▶ _Work to complete_
In the data that follows, determine how many lines contain the word "wood", and give only that number.

------------------------

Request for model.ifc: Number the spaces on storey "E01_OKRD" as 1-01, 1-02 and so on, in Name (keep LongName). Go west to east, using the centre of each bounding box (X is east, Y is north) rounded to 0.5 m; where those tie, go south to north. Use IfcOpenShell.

First a look at what the model holds.

```python
import ifcopenshell
import ifcopenshell.util.element
import ifcopenshell.util.placement

model = ifcopenshell.open("model.ifc")
print(model.schema)
storey = next(s for s in model.by_type("IfcBuildingStorey") if s.Name == "E01_OKRD")
spaces = [e for e in ifcopenshell.util.element.get_decomposition(storey) if e.is_a("IfcSpace")]
for e in sorted(spaces, key=lambda e: e.id()):
    origin = ifcopenshell.util.placement.get_local_placement(e.ObjectPlacement)[:3, 3]
    print(e.id(), e.Name, e.LongName, origin.round(2) + 0.0, sep=" | ")
```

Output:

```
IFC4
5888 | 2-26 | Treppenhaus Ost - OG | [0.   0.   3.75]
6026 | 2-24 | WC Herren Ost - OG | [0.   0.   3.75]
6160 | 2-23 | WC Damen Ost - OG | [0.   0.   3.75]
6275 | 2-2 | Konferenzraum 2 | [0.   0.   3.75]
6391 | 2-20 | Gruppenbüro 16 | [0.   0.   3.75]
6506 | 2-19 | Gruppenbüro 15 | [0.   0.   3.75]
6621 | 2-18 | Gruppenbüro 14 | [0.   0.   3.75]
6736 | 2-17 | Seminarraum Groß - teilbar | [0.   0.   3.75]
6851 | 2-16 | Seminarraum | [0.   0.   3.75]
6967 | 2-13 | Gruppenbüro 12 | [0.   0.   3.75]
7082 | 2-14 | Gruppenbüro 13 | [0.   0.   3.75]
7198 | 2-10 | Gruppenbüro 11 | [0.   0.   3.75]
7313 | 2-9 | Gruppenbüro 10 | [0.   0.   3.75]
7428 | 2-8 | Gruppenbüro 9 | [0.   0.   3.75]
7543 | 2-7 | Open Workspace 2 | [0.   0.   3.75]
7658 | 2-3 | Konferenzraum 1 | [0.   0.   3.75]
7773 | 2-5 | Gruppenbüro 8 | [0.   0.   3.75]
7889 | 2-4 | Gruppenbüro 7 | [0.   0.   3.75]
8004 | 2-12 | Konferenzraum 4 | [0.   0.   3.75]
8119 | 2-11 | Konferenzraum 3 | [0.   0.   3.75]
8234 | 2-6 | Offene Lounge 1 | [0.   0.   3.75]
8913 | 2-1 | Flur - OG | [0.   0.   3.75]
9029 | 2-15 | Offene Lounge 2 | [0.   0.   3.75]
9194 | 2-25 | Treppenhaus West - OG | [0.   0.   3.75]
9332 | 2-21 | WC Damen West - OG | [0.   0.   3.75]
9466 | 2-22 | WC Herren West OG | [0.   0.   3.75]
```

```python
import ifcopenshell
import ifcopenshell.geom
import ifcopenshell.util.element
import ifcopenshell.util.shape

model = ifcopenshell.open("model.ifc")
settings = ifcopenshell.geom.settings()
settings.set("use-world-coords", True)


def centre(element):
    shape = ifcopenshell.geom.create_shape(settings, element)
    return ifcopenshell.util.shape.get_bbox_centroid(shape.geometry)


storey = next(s for s in model.by_type("IfcBuildingStorey") if s.Name == "E01_OKRD")
spaces = [e for e in ifcopenshell.util.element.get_decomposition(storey) if e.is_a("IfcSpace")]

# Insertion points can sit at a corner or the storey origin, so sort by the geometry (in metres).
centres = {e: centre(e) for e in spaces}
spaces.sort(key=lambda e: (round(centres[e][0] / 0.5), centres[e][1]))

for i, e in enumerate(spaces, start=1):
    number = f"1-{i:02d}"
    e.Name = number
    print(e.id(), number)

model.write("model_edited.ifc")
```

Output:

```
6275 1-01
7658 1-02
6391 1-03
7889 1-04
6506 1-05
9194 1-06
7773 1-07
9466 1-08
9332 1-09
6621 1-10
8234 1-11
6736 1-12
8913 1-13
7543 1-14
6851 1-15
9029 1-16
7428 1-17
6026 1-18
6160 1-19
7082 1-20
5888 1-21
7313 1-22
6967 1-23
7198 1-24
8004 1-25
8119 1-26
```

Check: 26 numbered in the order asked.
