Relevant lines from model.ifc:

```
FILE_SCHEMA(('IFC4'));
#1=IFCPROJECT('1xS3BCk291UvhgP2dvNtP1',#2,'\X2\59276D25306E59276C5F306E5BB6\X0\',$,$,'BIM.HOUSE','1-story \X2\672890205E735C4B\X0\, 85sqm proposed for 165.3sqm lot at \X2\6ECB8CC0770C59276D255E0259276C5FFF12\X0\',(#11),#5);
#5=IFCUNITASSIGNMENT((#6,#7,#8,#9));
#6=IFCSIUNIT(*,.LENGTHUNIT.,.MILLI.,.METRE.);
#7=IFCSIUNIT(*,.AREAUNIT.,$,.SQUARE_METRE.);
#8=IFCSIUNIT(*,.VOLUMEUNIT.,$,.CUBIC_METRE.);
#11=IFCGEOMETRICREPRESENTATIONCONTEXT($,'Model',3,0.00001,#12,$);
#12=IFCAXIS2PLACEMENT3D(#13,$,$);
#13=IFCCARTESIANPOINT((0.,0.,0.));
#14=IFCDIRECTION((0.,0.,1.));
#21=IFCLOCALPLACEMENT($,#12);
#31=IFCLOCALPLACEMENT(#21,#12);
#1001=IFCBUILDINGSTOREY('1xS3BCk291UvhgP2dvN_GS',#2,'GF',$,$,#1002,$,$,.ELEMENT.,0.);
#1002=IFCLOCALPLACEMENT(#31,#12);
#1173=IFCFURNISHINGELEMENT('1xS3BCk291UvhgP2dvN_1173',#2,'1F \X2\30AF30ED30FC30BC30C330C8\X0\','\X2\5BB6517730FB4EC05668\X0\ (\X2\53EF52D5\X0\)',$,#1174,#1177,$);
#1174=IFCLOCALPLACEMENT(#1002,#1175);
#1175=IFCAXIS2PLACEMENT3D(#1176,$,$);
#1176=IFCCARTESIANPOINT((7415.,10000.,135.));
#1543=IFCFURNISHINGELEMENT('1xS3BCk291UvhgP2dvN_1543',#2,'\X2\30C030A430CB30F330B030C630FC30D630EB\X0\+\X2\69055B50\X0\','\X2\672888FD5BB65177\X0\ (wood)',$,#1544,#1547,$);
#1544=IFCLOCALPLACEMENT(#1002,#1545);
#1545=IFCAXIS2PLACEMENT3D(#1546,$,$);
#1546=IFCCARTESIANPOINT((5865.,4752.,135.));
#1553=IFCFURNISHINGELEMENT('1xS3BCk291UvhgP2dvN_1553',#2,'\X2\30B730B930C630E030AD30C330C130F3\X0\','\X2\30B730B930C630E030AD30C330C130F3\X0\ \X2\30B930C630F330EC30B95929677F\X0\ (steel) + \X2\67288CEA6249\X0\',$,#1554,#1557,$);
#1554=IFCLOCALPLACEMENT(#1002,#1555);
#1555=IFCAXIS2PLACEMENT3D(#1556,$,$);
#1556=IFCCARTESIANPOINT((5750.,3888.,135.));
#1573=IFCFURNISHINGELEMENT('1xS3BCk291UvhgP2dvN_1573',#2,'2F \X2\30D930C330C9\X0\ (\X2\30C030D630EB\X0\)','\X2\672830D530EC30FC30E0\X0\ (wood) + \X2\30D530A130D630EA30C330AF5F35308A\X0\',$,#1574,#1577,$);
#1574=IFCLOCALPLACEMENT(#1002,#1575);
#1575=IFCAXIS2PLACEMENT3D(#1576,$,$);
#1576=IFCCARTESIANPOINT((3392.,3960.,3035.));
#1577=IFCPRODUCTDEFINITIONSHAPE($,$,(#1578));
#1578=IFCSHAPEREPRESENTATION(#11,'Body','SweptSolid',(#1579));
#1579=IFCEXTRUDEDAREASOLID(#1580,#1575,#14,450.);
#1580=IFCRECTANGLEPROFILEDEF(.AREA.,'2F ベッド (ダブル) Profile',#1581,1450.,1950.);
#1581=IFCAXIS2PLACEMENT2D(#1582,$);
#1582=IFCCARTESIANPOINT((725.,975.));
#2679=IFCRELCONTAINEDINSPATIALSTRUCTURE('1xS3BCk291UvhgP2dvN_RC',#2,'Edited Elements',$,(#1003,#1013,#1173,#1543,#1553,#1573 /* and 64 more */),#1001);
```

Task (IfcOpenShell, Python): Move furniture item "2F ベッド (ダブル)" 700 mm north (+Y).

```python
import ifcopenshell
import ifcopenshell.api.geometry
import ifcopenshell.util.placement
import ifcopenshell.util.unit

model = ifcopenshell.open("model.ifc")
unit_scale = ifcopenshell.util.unit.calculate_unit_scale(model)

item = model.by_guid("1xS3BCk291UvhgP2dvN_1573")
matrix = ifcopenshell.util.placement.get_local_placement(item.ObjectPlacement)
matrix[1, 3] += 0.7 / unit_scale
ifcopenshell.api.geometry.edit_object_placement(model, product=item, matrix=matrix, is_si=False)

print(ifcopenshell.util.placement.get_local_placement(item.ObjectPlacement).round(3) + 0.0)

model.write("model_updated.ifc")
```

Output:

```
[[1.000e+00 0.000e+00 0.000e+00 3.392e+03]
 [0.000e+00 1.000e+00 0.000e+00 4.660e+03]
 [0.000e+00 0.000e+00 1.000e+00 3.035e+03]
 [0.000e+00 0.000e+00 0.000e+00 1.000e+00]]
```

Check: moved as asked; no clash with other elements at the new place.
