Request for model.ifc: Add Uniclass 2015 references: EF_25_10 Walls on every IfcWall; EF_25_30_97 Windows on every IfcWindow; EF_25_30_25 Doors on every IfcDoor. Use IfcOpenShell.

First a look at what the model holds.

```python
import ifcopenshell

model = ifcopenshell.open("model.ifc")
print(model.schema)
print("classifications:", [c.Name for c in model.by_type("IfcClassification")])
for ifc_class in ("IfcDoor", "IfcRoof", "IfcStair", "IfcWall", "IfcWindow"):
    print(ifc_class, len(model.by_type(ifc_class)))
```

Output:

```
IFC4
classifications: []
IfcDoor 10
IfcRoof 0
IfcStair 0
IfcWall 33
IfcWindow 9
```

```python
import ifcopenshell
import ifcopenshell.api.classification

model = ifcopenshell.open("model.ifc")

system = ifcopenshell.api.classification.add_classification(model, classification="Uniclass 2015")

codes = {
    "IfcWall": ("EF_25_10", "Walls"),
    "IfcWindow": ("EF_25_30_97", "Windows"),
    "IfcDoor": ("EF_25_30_25", "Doors"),
}
for ifc_class, (code, name) in codes.items():
    products = model.by_type(ifc_class)
    ifcopenshell.api.classification.add_reference(
        model, products=products, classification=system, identification=code, name=name
    )
    print(code, len(products))

model.write("model_v2.ifc")
```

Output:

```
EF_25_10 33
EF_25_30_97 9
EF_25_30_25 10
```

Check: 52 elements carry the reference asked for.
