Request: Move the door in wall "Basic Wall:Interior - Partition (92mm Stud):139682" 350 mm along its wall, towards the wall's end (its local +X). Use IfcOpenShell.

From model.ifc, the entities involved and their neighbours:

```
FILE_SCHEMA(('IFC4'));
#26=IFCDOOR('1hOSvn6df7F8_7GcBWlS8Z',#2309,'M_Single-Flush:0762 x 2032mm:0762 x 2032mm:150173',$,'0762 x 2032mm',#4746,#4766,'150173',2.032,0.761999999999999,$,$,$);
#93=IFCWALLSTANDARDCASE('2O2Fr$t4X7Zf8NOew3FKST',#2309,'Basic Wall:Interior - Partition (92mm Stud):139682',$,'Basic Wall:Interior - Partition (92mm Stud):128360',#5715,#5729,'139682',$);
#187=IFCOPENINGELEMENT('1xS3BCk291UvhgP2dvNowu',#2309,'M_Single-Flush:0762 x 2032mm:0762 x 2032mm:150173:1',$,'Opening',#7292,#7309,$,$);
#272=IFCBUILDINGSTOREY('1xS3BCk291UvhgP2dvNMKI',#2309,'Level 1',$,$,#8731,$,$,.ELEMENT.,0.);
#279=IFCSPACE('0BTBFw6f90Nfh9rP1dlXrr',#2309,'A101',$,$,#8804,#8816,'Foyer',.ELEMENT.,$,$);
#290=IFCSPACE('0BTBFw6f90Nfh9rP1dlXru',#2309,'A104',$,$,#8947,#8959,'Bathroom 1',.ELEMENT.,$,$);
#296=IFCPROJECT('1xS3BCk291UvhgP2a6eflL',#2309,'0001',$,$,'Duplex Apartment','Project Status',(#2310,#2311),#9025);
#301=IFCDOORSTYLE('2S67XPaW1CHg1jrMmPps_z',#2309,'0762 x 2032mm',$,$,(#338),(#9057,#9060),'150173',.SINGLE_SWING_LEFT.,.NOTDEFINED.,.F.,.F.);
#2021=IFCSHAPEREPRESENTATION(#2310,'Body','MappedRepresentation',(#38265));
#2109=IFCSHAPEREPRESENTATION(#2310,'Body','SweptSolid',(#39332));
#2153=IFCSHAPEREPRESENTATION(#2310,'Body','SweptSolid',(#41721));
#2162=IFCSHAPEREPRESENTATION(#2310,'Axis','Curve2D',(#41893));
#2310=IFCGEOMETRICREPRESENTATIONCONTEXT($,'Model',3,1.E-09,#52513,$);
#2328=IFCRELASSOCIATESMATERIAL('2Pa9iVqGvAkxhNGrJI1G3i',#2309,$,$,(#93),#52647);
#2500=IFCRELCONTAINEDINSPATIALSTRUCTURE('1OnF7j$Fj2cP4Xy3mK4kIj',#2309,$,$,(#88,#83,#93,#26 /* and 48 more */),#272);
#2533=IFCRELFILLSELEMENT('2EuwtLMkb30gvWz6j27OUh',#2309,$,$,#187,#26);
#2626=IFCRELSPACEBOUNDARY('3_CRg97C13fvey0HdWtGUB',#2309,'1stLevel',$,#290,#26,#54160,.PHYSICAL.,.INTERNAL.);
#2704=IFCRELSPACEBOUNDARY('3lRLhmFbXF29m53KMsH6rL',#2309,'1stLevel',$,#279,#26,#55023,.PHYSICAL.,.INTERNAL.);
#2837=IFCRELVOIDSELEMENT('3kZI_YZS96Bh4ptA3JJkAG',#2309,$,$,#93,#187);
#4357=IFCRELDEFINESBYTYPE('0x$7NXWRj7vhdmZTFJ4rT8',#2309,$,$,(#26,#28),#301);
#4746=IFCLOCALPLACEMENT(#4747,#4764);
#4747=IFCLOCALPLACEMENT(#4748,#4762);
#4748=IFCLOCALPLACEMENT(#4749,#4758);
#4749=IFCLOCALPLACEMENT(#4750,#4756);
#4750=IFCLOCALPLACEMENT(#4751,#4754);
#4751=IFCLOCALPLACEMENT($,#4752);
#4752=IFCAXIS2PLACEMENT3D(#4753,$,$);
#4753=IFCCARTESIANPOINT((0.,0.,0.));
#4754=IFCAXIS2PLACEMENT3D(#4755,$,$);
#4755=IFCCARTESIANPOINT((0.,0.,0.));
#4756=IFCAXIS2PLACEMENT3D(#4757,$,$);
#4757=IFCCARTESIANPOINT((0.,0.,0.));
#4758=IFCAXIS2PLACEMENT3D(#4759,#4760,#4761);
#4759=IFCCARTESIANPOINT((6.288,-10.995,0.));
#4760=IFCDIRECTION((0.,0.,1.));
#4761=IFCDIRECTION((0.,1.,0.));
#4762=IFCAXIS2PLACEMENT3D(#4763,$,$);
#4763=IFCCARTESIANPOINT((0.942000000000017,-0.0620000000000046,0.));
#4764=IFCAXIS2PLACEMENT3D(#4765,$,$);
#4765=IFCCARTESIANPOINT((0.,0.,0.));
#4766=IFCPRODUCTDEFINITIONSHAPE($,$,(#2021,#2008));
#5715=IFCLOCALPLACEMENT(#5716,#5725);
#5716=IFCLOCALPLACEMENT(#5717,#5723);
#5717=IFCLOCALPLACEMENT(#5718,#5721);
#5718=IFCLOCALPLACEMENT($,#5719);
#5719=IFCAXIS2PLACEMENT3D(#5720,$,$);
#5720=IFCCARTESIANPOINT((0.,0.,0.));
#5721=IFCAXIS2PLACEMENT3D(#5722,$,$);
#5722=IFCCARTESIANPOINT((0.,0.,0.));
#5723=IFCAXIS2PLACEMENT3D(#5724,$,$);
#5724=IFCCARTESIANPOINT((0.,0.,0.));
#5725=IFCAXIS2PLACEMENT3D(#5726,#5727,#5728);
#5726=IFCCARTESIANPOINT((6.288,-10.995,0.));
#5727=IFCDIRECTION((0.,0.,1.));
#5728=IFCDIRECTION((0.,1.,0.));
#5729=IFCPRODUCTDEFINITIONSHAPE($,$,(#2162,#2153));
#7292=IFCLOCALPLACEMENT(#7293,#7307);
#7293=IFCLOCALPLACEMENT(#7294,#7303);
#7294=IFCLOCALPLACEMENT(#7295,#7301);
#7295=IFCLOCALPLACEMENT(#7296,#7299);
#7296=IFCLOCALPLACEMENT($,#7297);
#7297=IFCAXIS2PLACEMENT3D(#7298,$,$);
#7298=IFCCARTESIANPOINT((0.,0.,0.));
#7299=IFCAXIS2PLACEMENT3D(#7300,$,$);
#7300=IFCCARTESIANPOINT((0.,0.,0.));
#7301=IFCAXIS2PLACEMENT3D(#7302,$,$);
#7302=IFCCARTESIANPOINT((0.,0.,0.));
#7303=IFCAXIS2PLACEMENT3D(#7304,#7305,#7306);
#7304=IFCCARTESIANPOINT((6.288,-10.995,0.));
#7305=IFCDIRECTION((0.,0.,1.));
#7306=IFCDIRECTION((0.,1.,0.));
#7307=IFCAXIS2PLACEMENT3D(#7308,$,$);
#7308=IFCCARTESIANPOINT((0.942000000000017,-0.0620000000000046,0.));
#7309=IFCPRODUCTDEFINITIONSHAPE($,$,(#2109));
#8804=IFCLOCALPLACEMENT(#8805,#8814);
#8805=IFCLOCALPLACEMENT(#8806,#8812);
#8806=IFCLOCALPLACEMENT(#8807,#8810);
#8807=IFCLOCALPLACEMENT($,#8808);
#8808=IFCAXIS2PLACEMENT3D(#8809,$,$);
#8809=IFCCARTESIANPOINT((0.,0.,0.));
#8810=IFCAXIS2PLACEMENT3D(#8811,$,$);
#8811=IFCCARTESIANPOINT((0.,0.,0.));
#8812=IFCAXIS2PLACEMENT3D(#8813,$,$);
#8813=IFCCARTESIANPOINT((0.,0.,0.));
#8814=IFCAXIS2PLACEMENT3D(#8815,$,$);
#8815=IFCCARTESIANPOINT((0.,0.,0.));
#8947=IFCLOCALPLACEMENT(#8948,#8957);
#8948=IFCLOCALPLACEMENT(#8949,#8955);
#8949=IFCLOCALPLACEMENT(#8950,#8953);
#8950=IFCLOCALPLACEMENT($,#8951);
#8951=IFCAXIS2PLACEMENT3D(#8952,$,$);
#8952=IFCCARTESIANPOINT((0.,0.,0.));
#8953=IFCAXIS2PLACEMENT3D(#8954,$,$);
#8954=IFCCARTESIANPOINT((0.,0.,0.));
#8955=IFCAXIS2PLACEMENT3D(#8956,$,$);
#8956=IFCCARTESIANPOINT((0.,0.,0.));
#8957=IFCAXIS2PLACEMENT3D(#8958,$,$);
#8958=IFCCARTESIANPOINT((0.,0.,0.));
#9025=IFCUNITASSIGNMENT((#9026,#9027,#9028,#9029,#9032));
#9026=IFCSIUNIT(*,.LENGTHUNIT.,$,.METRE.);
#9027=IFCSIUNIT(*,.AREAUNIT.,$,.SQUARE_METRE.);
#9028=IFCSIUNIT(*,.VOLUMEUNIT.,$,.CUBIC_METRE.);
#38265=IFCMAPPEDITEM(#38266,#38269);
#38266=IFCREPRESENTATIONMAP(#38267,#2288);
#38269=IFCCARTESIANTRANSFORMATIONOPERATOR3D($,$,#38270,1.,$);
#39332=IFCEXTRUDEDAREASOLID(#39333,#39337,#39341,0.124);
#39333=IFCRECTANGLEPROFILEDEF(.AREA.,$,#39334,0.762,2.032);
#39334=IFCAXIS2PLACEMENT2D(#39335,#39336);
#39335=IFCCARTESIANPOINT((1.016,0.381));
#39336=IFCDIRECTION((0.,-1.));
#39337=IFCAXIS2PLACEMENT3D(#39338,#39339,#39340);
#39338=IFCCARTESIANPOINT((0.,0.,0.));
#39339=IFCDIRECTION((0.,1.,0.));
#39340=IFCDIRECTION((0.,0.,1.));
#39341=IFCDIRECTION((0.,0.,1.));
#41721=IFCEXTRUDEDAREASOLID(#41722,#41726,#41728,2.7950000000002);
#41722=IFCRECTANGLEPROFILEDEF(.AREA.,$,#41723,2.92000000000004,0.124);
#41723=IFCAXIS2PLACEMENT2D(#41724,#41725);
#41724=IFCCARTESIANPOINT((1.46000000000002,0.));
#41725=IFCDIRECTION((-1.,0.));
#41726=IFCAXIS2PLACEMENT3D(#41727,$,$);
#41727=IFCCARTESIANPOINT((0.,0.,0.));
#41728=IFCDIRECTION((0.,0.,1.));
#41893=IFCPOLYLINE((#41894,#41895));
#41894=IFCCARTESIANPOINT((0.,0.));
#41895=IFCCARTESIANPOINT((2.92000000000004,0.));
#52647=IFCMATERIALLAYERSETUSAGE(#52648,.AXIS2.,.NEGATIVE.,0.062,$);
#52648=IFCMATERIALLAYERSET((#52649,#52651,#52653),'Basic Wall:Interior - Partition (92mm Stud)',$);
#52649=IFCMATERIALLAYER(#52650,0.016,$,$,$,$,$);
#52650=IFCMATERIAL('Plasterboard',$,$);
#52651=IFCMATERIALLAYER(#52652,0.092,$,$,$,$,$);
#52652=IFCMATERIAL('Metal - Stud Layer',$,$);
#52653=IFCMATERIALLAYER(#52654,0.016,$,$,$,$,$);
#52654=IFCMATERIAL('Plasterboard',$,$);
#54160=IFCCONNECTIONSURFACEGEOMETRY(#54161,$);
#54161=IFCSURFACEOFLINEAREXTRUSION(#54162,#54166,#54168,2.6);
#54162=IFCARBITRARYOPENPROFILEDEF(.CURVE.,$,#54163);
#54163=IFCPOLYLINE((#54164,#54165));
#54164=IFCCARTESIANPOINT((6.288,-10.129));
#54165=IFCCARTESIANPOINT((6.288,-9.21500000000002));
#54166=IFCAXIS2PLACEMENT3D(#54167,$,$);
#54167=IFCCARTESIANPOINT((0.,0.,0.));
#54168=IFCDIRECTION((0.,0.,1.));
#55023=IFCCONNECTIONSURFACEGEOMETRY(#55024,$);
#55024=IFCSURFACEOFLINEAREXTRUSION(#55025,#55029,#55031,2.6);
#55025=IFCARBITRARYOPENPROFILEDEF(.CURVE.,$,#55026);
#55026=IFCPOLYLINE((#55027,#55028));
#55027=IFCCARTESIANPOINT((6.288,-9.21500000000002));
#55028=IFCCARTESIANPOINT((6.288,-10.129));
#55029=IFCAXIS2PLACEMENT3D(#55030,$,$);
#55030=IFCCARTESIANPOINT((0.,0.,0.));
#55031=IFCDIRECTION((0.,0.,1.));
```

```python
import numpy as np
import ifcopenshell
import ifcopenshell.api.geometry
import ifcopenshell.util.placement

model = ifcopenshell.open("model.ifc")

door = model.by_guid("1hOSvn6df7F8_7GcBWlS8Z")
opening = door.FillsVoids[0].RelatingOpeningElement
wall = opening.VoidsElements[0].RelatingBuildingElement

wall_matrix = ifcopenshell.util.placement.get_local_placement(wall.ObjectPlacement)
shift = wall_matrix[:3, 0] * 0.35
before = ifcopenshell.util.placement.get_local_placement(door.ObjectPlacement)[:3, 3].copy()

# The door is not placed relative to its opening, so move both.
for product in (opening, door):
    matrix = ifcopenshell.util.placement.get_local_placement(product.ObjectPlacement)
    matrix[:3, 3] += shift
    ifcopenshell.api.geometry.edit_object_placement(model, product=product, matrix=matrix, is_si=False)

# Space boundary surfaces are stored in each space's coordinates; move them too.
for rel in door.ProvidesBoundaries:
    if not rel.ConnectionGeometry:
        continue
    surface = rel.ConnectionGeometry.SurfaceOnRelatingElement
    space_matrix = ifcopenshell.util.placement.get_local_placement(rel.RelatingSpace.ObjectPlacement)
    point = np.array(surface.Position.Location.Coordinates) + space_matrix[:3, :3].T @ shift
    surface.Position = model.createIfcAxis2Placement3D(
        model.createIfcCartesianPoint(point.tolist()), surface.Position.Axis, surface.Position.RefDirection
    )

after = ifcopenshell.util.placement.get_local_placement(door.ObjectPlacement)[:3, 3]
print("door moved by", (after - before).round(3) + 0.0)

model.write("model_rev.ifc")
```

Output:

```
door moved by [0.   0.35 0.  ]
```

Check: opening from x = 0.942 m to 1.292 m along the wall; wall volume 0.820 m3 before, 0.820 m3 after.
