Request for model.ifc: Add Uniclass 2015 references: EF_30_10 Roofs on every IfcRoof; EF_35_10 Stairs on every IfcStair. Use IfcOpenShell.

First a look at what the model holds.

```python
import ifcopenshell

model = ifcopenshell.open("model.ifc")
print(model.schema)
print("classifications:", [c.Name for c in model.by_type("IfcClassification")])
for ifc_class in ("IfcDoor", "IfcRoof", "IfcStair", "IfcWall", "IfcWindow"):
    print(ifc_class, len(model.by_type(ifc_class)))
```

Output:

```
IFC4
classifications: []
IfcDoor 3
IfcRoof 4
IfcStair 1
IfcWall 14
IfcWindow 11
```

```python
import ifcopenshell
import ifcopenshell.api.classification

model = ifcopenshell.open("model.ifc")

system = ifcopenshell.api.classification.add_classification(model, classification="Uniclass 2015")

codes = {
    "IfcRoof": ("EF_30_10", "Roofs"),
    "IfcStair": ("EF_35_10", "Stairs"),
}
for ifc_class, (code, name) in codes.items():
    products = model.by_type(ifc_class)
    ifcopenshell.api.classification.add_reference(
        model, products=products, classification=system, identification=code, name=name
    )
    print(code, len(products))

model.write("model-out.ifc")
```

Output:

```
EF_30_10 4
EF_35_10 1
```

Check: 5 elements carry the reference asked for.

------------------------

▶ _Your response_
2